## TRY IT
Please print only the top portion of the entries below, ending with the line that contains "#18=IFCINDEXEDPOLYGONALFACE((1,3,7,5));", exactly as written.

## SUPPLIED ENTRIES
|---|

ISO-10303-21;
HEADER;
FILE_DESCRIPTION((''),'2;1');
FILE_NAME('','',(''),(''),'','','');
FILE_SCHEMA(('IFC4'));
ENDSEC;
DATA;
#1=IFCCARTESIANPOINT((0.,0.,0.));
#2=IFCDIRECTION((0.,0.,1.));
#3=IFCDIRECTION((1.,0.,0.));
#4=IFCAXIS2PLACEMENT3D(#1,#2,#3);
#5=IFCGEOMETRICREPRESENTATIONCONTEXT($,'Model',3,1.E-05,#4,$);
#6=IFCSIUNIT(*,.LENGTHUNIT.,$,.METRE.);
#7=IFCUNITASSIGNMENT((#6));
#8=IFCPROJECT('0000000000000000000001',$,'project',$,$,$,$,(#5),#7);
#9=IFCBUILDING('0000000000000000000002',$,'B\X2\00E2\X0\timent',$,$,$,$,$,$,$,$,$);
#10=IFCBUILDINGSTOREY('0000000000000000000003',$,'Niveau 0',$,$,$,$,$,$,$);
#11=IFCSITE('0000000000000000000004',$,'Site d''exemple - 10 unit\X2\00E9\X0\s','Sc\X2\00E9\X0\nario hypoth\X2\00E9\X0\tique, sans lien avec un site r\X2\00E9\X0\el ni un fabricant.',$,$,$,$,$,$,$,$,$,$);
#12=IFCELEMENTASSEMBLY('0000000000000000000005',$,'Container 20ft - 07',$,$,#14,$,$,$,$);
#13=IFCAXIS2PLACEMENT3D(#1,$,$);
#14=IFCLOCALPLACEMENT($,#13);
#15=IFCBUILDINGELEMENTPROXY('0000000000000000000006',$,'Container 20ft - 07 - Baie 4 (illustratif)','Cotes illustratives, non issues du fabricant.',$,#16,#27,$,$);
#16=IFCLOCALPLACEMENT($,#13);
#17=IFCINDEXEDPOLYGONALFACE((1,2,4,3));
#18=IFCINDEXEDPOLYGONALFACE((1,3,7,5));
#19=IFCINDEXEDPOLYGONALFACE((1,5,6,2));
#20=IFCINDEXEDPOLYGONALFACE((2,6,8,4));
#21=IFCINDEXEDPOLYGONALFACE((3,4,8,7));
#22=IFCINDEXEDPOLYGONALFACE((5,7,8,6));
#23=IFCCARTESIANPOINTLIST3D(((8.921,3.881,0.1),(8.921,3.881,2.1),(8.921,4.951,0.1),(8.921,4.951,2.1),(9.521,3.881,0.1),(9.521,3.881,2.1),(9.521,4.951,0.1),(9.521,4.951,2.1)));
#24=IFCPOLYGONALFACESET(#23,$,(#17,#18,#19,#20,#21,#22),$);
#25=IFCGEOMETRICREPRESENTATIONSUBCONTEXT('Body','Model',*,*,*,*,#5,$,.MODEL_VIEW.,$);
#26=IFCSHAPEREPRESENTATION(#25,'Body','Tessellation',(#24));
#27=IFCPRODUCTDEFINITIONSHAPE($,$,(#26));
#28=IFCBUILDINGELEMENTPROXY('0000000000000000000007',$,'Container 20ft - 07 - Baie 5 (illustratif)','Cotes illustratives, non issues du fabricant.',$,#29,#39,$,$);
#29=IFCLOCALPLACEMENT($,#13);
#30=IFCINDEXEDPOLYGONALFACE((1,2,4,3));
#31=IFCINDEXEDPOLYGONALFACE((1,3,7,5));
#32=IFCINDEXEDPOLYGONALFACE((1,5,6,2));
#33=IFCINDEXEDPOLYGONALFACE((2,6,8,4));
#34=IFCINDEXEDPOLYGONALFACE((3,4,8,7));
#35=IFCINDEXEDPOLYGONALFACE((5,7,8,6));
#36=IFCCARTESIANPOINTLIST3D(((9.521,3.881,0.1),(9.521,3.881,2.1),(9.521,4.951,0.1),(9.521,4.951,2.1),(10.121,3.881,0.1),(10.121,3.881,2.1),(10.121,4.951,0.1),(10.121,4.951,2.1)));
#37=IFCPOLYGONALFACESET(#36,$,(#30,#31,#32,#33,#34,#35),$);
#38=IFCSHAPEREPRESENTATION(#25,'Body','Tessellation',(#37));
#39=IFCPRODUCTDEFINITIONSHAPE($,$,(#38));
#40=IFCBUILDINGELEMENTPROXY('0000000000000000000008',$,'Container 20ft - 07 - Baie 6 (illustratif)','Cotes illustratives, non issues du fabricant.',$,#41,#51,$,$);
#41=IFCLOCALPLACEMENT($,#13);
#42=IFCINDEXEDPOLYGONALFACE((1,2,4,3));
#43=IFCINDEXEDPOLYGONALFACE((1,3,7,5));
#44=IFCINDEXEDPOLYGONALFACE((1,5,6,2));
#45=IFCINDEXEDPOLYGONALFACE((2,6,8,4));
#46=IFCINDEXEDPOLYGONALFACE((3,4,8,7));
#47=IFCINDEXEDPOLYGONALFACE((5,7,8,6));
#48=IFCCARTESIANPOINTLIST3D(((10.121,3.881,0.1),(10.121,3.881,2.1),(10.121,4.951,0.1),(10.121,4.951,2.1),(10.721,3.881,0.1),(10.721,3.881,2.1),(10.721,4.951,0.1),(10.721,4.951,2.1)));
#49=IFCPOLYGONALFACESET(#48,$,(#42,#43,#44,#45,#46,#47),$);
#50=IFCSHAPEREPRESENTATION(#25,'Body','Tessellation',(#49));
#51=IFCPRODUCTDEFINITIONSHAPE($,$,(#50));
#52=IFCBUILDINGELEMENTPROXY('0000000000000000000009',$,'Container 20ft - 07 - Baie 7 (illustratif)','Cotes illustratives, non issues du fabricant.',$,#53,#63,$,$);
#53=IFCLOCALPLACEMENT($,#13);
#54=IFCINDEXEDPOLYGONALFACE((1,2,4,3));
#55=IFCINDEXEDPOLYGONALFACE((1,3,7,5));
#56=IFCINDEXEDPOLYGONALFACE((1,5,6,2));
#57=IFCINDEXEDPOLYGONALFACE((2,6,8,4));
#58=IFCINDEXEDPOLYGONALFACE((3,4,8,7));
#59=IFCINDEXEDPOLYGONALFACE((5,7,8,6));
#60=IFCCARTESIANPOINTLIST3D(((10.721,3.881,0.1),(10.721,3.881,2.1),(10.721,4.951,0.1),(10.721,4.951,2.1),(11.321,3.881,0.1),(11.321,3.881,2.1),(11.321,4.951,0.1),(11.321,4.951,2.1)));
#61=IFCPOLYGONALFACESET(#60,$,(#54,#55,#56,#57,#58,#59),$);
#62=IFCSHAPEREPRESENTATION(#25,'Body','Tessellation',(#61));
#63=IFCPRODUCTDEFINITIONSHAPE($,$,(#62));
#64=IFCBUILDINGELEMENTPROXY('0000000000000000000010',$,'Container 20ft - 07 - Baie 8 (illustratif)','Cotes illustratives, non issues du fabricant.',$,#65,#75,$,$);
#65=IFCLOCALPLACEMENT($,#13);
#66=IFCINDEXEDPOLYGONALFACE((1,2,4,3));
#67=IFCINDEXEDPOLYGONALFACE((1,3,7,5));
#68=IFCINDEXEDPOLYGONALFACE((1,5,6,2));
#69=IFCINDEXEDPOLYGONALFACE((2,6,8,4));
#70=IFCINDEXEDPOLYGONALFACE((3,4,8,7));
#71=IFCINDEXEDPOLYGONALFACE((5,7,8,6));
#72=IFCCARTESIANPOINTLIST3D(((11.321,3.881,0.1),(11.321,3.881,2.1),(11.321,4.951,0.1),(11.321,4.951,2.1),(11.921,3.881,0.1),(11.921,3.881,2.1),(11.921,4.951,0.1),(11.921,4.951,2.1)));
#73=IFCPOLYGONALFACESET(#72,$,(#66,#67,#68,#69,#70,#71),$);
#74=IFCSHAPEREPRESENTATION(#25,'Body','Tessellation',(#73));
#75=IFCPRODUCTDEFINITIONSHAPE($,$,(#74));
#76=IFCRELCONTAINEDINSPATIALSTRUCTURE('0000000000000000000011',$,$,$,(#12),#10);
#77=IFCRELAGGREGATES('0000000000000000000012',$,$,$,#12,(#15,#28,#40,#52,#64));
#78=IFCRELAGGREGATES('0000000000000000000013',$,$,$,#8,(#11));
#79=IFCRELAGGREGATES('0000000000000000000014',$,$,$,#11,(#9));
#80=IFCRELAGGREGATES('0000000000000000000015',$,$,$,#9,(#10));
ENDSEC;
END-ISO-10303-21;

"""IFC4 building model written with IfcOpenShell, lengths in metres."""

from ifc_helpers import new_model, si_unit, frame, origin_with_axes, place, context, subcontext, project, spatial, rectangle, extrude, element, aggregate, save


model = new_model("IFC4")

# Units and contexts
model_context = context("Model", 3, precision=1e-05, world=origin_with_axes())
body_context = subcontext(model_context, "Body", "Model", "MODEL_VIEW")
ifc_project = project(units=[si_unit("LENGTHUNIT", "METRE")], contexts=[model_context])

# Site, building, storey
site = spatial("IfcSite", under=ifc_project, Name="Site d'exemple - 10 unités", Description="Scénario hypothétique, sans lien avec un site réel ni un fabricant.")
building = spatial("IfcBuilding", under=site, Name="Bâtiment")
storey = spatial("IfcBuildingStorey", under=building, Name="Niveau 0")

# Element assembly, building element proxies
assembly = element("IfcElementAssembly", 1, inside=storey, Name="Container 20ft - 07")
proxy_1_placement = place(None, frame((9.221, 4.416, 0.1), z_axis=(0.0, 0.0, 1.0), x_axis=(1.0, 0.0, 0.0)))
proxy_1 = element("IfcBuildingElementProxy", 2, at=proxy_1_placement, Name="Container 20ft - 07 - Baie 4 (illustratif)", Description="Cotes illustratives, non issues du fabricant.", context=body_context, shape_type="SweptSolid", body=[
    extrude(rectangle(XDim=0.6, YDim=1.07), origin_with_axes(), (0.0, 0.0, 1.0), 2.0),
])
proxy_2_placement = place(None, frame((9.821, 4.416, 0.1), z_axis=(0.0, 0.0, 1.0), x_axis=(1.0, 0.0, 0.0)))
proxy_2 = element("IfcBuildingElementProxy", 3, at=proxy_2_placement, Name="Container 20ft - 07 - Baie 5 (illustratif)", Description="Cotes illustratives, non issues du fabricant.", context=body_context, shape_type="SweptSolid", body=[
    extrude(rectangle(XDim=0.6, YDim=1.07), origin_with_axes(), (0.0, 0.0, 1.0), 2.0),
])
proxy_3_placement = place(None, frame((10.421, 4.416, 0.1), z_axis=(0.0, 0.0, 1.0), x_axis=(1.0, 0.0, 0.0)))
proxy_3 = element("IfcBuildingElementProxy", 4, at=proxy_3_placement, Name="Container 20ft - 07 - Baie 6 (illustratif)", Description="Cotes illustratives, non issues du fabricant.", context=body_context, shape_type="SweptSolid", body=[
    extrude(rectangle(XDim=0.6, YDim=1.07), origin_with_axes(), (0.0, 0.0, 1.0), 2.0),
])
proxy_4_placement = place(None, frame((11.021, 4.416, 0.1), z_axis=(0.0, 0.0, 1.0), x_axis=(1.0, 0.0, 0.0)))
proxy_4 = element("IfcBuildingElementProxy", 5, at=proxy_4_placement, Name="Container 20ft - 07 - Baie 7 (illustratif)", Description="Cotes illustratives, non issues du fabricant.", context=body_context, shape_type="SweptSolid", body=[
    extrude(rectangle(XDim=0.6, YDim=1.07), origin_with_axes(), (0.0, 0.0, 1.0), 2.0),
])
proxy_5_placement = place(None, frame((11.621, 4.416, 0.1), z_axis=(0.0, 0.0, 1.0), x_axis=(1.0, 0.0, 0.0)))
proxy_5 = element("IfcBuildingElementProxy", 6, at=proxy_5_placement, Name="Container 20ft - 07 - Baie 8 (illustratif)", Description="Cotes illustratives, non issues du fabricant.", context=body_context, shape_type="SweptSolid", body=[
    extrude(rectangle(XDim=0.6, YDim=1.07), origin_with_axes(), (0.0, 0.0, 1.0), 2.0),
])
aggregate(assembly, [proxy_1, proxy_2, proxy_3, proxy_4, proxy_5])

save(model, "model.ifc")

|---|

## THE ANSWER
ISO-10303-21;
HEADER;
FILE_DESCRIPTION((''),'2;1');
FILE_NAME('','',(''),(''),'','','');
FILE_SCHEMA(('IFC4'));
ENDSEC;
DATA;
#1=IFCCARTESIANPOINT((0.,0.,0.));
#2=IFCDIRECTION((0.,0.,1.));
#3=IFCDIRECTION((1.,0.,0.));
#4=IFCAXIS2PLACEMENT3D(#1,#2,#3);
#5=IFCGEOMETRICREPRESENTATIONCONTEXT($,'Model',3,1.E-05,#4,$);
#6=IFCSIUNIT(*,.LENGTHUNIT.,$,.METRE.);
#7=IFCUNITASSIGNMENT((#6));
#8=IFCPROJECT('0000000000000000000001',$,'project',$,$,$,$,(#5),#7);
#9=IFCBUILDING('0000000000000000000002',$,'B\X2\00E2\X0\timent',$,$,$,$,$,$,$,$,$);
#10=IFCBUILDINGSTOREY('0000000000000000000003',$,'Niveau 0',$,$,$,$,$,$,$);
#11=IFCSITE('0000000000000000000004',$,'Site d''exemple - 10 unit\X2\00E9\X0\s','Sc\X2\00E9\X0\nario hypoth\X2\00E9\X0\tique, sans lien avec un site r\X2\00E9\X0\el ni un fabricant.',$,$,$,$,$,$,$,$,$,$);
#12=IFCELEMENTASSEMBLY('0000000000000000000005',$,'Container 20ft - 07',$,$,#14,$,$,$,$);
#13=IFCAXIS2PLACEMENT3D(#1,$,$);
#14=IFCLOCALPLACEMENT($,#13);
#15=IFCBUILDINGELEMENTPROXY('0000000000000000000006',$,'Container 20ft - 07 - Baie 4 (illustratif)','Cotes illustratives, non issues du fabricant.',$,#16,#27,$,$);
#16=IFCLOCALPLACEMENT($,#13);
#17=IFCINDEXEDPOLYGONALFACE((1,2,4,3));
#18=IFCINDEXEDPOLYGONALFACE((1,3,7,5));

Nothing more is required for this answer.